Problem requirements:
Using the listing below, print exactly everything from the line with "#63=IFCINDEXEDPOLYGONALFACE((1,2,4,3));" down to the line with "#68=IFCINDEXEDPOLYGONALFACE((5,7,8,6));", both included, and nothing more.
START Records provided
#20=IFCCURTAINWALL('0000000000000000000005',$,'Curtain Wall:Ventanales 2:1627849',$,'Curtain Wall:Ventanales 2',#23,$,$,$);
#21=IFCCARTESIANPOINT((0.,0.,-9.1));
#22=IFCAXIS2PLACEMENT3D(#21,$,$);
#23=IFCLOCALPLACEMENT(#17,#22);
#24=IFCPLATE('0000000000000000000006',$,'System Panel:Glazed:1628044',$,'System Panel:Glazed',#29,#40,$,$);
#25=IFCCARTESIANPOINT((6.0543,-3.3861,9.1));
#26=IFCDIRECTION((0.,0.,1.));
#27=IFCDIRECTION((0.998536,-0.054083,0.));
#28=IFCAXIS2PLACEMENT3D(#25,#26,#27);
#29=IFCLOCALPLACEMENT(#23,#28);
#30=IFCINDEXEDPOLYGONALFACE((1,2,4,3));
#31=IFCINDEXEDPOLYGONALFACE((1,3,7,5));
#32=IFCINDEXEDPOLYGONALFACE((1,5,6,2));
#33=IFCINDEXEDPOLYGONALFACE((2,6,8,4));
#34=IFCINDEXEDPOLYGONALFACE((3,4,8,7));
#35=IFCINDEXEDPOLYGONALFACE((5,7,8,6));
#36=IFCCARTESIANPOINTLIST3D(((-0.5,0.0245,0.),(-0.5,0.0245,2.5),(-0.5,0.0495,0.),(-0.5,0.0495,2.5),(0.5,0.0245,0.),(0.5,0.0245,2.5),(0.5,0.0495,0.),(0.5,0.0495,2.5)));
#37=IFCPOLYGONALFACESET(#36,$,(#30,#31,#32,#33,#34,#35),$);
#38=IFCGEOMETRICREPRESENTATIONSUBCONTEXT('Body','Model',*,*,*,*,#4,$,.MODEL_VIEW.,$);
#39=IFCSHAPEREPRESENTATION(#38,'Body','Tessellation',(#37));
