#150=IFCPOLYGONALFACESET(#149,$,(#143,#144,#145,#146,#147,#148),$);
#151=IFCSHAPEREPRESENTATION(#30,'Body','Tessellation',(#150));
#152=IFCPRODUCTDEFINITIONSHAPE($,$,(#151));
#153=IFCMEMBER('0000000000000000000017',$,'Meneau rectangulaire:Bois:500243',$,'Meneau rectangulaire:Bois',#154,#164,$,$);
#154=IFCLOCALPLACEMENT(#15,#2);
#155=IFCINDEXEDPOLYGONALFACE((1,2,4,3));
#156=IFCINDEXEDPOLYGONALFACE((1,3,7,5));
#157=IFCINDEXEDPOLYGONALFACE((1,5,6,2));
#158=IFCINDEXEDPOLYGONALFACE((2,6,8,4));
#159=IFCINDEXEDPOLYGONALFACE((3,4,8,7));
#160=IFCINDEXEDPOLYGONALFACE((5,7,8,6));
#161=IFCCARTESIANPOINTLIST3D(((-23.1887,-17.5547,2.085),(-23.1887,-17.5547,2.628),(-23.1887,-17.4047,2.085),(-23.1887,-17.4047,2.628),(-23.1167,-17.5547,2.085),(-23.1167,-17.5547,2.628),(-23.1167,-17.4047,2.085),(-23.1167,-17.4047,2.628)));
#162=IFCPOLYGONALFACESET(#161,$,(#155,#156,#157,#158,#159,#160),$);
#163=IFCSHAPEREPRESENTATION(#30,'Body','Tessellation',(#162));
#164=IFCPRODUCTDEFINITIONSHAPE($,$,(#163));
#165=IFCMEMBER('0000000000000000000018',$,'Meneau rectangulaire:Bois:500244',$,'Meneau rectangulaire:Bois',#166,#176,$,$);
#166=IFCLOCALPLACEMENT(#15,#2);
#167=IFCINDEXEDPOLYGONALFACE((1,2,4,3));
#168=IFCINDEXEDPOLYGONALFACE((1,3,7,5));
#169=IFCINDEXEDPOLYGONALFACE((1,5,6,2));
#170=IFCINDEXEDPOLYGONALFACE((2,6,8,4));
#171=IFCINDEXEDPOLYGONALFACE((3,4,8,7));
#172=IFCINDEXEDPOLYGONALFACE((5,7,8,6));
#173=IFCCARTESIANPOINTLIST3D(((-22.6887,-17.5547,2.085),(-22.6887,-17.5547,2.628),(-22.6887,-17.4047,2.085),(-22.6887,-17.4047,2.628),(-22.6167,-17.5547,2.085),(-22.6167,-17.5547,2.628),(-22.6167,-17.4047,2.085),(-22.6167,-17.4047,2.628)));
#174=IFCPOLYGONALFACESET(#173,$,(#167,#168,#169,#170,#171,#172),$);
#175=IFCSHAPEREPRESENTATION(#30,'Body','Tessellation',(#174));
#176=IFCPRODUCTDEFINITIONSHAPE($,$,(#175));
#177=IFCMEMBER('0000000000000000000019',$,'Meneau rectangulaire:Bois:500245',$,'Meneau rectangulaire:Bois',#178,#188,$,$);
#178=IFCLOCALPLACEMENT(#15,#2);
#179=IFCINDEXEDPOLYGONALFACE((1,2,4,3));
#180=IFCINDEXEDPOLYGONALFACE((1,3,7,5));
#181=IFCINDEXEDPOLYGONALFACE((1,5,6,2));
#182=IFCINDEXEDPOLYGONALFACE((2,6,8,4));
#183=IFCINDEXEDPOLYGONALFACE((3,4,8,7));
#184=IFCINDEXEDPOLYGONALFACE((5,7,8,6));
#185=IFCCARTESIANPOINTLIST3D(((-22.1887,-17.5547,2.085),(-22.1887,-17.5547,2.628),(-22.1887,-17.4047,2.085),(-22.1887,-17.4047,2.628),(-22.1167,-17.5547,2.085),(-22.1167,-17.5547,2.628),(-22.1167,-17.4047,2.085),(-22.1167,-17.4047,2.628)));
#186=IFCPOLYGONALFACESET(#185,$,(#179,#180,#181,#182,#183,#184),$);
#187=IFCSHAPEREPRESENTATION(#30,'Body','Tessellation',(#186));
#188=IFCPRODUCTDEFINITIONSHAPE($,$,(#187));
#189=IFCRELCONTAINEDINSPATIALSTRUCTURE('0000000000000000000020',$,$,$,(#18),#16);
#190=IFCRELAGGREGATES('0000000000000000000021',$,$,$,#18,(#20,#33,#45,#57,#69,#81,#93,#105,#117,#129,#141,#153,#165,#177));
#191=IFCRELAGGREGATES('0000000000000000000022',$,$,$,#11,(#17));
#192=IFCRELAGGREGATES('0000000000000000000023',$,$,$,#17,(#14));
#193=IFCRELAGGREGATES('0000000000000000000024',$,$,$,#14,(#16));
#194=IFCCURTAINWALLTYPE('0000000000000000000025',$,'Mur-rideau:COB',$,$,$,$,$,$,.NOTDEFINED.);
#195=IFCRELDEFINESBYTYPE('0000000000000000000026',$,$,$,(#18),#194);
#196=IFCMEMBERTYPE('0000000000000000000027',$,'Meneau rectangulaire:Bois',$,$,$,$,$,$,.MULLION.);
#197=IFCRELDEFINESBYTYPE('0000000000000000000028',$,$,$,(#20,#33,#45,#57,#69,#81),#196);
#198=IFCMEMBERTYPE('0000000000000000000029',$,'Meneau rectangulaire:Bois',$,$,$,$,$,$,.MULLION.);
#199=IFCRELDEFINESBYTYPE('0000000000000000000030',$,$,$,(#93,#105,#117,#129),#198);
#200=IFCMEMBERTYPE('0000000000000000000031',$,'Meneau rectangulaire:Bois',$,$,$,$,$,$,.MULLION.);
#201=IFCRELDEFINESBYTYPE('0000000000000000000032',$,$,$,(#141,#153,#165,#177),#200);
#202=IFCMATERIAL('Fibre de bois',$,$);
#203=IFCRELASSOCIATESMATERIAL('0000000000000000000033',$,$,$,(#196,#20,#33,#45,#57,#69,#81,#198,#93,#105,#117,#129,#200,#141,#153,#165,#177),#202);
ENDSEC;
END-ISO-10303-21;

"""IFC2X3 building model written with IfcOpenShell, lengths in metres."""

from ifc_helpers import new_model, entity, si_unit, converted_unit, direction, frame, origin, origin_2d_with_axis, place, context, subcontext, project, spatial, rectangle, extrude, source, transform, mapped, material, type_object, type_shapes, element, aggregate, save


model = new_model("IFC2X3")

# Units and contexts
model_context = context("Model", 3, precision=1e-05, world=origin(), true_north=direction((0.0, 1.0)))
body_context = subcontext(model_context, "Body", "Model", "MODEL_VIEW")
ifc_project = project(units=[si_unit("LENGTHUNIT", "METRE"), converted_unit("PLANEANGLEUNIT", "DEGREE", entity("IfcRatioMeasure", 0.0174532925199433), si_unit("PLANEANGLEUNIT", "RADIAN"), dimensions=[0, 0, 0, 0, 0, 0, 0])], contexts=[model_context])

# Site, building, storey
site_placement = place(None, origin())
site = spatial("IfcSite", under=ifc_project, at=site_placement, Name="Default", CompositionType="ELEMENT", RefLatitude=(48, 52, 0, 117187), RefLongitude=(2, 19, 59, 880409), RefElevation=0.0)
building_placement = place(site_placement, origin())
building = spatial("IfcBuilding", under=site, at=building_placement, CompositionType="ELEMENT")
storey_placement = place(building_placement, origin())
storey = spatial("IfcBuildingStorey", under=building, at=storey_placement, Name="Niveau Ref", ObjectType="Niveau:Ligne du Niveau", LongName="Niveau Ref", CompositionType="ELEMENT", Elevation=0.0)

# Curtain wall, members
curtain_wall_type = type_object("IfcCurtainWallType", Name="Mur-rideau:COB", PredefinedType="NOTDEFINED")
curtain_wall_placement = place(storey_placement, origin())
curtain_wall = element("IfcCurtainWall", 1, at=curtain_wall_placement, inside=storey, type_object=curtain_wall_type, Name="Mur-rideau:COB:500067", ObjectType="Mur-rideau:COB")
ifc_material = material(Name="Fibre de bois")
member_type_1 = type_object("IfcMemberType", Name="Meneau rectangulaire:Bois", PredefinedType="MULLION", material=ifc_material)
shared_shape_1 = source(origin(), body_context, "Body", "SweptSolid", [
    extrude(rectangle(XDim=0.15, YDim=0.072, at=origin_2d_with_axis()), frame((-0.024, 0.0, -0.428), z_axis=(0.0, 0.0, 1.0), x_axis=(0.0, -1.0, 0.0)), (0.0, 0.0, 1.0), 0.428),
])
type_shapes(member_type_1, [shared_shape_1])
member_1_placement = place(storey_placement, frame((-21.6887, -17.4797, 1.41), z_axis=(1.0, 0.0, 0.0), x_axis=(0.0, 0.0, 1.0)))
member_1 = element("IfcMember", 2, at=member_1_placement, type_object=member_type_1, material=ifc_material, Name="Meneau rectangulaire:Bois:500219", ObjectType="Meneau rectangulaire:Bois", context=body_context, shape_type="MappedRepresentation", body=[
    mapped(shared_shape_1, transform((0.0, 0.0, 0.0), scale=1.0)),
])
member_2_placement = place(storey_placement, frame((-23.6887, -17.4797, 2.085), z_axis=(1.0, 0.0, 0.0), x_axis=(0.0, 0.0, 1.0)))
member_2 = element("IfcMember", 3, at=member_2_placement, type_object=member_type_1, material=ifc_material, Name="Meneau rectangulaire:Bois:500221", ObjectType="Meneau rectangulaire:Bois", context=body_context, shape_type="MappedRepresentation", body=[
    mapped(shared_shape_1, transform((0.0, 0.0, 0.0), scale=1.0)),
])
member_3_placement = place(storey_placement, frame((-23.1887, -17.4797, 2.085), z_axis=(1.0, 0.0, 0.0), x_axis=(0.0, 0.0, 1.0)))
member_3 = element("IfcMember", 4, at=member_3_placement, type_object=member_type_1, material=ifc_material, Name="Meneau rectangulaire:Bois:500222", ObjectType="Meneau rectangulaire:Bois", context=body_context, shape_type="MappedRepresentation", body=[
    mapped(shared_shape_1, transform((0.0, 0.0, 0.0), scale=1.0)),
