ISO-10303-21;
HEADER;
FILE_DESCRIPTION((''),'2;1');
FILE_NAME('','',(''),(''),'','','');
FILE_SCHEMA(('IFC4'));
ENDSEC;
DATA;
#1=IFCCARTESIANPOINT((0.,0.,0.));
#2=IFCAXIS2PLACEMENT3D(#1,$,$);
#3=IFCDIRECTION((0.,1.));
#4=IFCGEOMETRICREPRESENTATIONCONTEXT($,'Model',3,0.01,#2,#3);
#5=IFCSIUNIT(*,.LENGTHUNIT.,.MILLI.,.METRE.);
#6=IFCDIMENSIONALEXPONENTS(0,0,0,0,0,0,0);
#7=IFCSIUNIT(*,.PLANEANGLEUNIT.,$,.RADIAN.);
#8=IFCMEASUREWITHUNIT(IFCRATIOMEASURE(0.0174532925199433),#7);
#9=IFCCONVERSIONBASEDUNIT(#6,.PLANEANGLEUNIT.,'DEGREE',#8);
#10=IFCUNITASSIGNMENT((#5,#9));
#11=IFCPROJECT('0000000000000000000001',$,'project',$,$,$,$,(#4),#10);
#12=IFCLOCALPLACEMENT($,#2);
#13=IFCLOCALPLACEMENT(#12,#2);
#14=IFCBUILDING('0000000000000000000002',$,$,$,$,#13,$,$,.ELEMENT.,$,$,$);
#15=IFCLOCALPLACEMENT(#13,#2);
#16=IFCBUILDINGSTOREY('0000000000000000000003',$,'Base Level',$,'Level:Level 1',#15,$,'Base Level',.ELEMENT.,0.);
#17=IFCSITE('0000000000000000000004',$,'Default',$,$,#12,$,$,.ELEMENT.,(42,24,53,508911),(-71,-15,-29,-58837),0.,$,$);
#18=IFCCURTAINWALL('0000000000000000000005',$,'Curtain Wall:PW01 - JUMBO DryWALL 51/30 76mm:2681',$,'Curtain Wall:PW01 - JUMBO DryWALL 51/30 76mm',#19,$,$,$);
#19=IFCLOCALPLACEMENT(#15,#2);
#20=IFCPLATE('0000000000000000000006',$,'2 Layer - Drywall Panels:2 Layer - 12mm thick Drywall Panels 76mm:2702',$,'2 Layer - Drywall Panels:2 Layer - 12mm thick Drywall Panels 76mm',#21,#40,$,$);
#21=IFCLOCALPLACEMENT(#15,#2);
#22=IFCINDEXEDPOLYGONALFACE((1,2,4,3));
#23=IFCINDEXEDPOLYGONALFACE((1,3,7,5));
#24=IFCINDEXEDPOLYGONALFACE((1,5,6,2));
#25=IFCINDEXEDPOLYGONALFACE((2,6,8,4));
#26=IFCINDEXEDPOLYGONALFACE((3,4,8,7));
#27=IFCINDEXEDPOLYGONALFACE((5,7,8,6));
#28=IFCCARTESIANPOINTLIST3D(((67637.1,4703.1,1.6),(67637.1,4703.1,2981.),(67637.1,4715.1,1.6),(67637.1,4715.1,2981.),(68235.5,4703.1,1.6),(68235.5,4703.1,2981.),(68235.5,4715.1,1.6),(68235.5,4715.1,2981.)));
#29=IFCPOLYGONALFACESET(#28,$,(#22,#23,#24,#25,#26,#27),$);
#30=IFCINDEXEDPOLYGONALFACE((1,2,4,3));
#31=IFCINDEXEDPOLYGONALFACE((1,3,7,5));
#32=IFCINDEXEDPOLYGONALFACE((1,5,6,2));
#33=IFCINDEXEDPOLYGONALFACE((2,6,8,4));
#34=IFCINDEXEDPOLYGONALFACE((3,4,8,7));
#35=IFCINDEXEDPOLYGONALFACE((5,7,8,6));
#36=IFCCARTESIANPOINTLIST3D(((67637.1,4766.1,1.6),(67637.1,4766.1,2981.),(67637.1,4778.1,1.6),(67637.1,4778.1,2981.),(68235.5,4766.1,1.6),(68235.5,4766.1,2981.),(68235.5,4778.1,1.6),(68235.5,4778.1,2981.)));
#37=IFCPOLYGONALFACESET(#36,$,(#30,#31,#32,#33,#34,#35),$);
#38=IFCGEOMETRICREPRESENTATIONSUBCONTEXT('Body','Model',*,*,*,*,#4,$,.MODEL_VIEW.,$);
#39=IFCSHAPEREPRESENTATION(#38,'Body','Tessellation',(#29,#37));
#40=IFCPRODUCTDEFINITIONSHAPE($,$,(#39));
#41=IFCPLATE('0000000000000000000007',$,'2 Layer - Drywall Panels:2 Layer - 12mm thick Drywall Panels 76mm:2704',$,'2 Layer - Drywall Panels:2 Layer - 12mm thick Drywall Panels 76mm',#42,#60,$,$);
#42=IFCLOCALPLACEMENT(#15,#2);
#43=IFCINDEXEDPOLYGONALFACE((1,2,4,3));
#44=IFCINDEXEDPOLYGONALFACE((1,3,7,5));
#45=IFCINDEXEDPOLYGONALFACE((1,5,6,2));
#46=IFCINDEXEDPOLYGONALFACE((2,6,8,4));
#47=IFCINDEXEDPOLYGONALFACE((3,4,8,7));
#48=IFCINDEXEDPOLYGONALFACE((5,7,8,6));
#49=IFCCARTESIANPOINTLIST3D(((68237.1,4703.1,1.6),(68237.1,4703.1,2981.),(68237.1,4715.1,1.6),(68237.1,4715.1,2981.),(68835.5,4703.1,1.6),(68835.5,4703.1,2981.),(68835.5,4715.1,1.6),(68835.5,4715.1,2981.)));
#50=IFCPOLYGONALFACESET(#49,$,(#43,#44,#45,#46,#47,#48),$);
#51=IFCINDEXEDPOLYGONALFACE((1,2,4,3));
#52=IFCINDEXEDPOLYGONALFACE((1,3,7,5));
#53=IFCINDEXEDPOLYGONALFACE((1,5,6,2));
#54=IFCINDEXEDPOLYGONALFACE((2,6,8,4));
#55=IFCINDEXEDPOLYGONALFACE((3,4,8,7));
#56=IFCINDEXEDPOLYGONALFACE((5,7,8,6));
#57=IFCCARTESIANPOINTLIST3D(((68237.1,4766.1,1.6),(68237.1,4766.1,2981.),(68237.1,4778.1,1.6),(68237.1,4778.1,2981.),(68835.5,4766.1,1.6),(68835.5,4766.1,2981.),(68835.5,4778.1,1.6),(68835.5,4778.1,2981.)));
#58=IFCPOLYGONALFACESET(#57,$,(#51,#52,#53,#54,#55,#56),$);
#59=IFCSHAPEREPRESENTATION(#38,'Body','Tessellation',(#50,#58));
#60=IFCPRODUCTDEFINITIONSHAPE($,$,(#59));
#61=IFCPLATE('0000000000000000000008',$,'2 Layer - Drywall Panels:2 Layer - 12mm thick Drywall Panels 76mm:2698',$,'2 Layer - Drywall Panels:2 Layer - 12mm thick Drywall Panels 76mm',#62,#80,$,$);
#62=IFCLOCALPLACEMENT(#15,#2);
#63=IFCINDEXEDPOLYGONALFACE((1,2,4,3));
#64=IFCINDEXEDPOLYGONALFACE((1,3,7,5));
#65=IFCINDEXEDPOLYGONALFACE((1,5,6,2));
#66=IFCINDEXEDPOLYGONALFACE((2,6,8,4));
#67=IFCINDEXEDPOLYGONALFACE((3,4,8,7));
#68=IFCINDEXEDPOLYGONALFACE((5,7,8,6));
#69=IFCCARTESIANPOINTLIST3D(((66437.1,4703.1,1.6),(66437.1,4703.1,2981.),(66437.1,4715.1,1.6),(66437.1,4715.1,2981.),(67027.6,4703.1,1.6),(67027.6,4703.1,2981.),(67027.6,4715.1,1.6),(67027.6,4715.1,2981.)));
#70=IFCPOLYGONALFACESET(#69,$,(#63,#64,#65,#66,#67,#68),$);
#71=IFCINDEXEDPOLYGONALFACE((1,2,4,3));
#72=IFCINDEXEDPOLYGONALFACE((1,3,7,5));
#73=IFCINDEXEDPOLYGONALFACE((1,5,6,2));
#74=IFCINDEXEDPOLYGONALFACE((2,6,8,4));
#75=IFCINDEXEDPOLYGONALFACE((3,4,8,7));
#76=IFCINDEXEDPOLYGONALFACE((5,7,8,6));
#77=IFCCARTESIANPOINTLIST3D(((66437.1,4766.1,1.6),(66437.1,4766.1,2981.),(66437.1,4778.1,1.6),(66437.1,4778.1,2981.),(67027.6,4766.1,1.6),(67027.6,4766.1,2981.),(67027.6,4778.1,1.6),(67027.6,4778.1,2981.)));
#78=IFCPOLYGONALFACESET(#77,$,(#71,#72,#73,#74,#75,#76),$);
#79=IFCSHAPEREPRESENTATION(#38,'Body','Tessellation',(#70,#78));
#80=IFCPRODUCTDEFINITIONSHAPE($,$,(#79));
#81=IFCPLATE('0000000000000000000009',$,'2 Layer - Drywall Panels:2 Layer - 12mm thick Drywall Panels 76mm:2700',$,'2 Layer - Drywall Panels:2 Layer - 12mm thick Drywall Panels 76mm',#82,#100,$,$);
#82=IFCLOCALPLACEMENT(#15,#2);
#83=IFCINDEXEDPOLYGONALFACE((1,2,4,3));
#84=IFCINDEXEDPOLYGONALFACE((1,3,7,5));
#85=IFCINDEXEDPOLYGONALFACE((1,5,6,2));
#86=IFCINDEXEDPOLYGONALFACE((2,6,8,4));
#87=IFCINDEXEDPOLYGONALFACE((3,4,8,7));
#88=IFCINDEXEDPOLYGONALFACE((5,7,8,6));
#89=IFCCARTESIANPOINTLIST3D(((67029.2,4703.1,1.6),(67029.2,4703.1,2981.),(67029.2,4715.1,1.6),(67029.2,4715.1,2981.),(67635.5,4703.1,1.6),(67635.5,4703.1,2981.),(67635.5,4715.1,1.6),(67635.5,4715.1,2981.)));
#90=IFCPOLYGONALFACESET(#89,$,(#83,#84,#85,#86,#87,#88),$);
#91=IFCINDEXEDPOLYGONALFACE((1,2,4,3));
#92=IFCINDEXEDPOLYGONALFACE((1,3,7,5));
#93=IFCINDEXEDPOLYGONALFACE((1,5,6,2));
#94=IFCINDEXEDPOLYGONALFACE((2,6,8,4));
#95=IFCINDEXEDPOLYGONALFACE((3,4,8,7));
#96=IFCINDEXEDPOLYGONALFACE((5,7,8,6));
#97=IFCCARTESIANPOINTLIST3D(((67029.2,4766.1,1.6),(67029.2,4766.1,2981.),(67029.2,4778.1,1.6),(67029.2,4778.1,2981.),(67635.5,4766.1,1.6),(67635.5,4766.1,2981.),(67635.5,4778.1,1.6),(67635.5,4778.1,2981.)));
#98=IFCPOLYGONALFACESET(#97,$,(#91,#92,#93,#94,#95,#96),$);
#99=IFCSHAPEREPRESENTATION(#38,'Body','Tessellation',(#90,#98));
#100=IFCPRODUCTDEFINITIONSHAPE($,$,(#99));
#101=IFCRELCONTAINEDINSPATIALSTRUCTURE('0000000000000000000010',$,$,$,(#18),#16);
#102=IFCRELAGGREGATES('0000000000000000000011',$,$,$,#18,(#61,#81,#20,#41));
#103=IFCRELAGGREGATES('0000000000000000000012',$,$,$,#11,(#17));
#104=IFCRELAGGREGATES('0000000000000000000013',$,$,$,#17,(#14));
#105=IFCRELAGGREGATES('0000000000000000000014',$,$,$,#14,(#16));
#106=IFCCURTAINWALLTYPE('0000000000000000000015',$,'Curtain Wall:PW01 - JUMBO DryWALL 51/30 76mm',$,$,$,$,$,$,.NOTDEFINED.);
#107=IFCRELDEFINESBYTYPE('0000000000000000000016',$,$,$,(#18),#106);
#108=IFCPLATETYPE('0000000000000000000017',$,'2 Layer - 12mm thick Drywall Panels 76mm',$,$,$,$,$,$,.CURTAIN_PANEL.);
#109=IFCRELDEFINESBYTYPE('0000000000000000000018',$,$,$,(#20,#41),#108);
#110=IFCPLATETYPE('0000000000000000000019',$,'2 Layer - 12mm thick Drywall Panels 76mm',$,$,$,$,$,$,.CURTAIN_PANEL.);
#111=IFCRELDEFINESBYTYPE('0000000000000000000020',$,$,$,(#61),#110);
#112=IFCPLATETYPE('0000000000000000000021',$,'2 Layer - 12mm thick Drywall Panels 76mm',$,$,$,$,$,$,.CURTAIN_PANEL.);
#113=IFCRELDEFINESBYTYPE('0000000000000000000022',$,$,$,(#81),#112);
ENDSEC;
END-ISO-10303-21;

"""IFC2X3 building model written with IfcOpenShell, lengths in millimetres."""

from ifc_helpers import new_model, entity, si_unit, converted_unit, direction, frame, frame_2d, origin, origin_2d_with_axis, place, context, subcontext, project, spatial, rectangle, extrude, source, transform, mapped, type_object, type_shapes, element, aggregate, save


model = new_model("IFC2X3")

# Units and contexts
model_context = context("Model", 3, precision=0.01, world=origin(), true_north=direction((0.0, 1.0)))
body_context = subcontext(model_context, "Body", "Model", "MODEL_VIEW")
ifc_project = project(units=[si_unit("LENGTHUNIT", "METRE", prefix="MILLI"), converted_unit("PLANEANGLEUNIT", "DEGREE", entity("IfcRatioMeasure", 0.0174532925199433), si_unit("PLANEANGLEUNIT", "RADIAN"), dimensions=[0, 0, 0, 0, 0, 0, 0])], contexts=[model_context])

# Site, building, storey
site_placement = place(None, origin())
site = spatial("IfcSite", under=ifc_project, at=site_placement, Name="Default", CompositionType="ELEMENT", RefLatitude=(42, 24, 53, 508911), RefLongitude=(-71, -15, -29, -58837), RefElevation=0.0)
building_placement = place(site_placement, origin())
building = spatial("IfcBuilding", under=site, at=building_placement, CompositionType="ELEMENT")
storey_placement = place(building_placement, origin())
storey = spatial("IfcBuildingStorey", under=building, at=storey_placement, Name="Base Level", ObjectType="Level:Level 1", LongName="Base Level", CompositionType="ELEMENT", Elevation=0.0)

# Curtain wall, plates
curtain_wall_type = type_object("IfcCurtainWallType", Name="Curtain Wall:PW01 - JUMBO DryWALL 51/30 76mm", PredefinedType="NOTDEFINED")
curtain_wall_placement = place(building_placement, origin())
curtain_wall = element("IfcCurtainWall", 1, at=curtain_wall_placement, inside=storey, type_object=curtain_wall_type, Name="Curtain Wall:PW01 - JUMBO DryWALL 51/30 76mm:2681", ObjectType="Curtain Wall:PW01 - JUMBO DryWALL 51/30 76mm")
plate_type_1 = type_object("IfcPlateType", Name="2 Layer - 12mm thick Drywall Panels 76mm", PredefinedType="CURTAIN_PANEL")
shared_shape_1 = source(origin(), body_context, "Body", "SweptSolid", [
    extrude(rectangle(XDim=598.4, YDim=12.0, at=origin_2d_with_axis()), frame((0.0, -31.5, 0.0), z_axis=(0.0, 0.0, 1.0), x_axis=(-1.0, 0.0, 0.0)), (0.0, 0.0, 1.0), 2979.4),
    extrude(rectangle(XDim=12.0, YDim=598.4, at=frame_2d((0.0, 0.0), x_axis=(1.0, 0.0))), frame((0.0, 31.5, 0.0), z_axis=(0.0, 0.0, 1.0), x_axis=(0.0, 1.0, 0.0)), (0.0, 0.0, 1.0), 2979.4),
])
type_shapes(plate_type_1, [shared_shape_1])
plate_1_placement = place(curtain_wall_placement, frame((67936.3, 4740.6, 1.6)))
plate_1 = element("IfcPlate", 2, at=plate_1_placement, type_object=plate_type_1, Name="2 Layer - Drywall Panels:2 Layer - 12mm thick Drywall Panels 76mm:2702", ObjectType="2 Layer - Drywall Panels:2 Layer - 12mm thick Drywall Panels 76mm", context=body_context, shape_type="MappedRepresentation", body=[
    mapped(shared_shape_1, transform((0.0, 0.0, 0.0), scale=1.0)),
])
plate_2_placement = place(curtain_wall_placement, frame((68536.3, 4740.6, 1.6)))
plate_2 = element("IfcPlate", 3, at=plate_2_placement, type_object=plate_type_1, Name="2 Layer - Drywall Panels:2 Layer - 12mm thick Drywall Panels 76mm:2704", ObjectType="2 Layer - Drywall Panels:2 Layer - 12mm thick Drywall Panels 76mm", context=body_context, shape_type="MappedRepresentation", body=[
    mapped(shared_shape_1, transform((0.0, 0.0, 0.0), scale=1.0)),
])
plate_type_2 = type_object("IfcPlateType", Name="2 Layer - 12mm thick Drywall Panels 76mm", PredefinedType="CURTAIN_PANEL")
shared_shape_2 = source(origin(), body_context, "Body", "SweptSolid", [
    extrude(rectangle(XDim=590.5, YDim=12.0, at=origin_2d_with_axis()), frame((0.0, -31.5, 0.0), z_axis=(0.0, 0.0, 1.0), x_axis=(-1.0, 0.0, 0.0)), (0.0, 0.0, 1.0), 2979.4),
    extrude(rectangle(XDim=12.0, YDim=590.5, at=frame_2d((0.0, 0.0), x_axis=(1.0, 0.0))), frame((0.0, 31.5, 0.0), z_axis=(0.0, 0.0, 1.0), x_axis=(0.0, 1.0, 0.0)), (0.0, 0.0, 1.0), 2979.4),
END Records provided
Response below:
#63=IFCINDEXEDPOLYGONALFACE((1,2,4,3));
#64=IFCINDEXEDPOLYGONALFACE((1,3,7,5));
#65=IFCINDEXEDPOLYGONALFACE((1,5,6,2));
#66=IFCINDEXEDPOLYGONALFACE((2,6,8,4));
#67=IFCINDEXEDPOLYGONALFACE((3,4,8,7));
#68=IFCINDEXEDPOLYGONALFACE((5,7,8,6));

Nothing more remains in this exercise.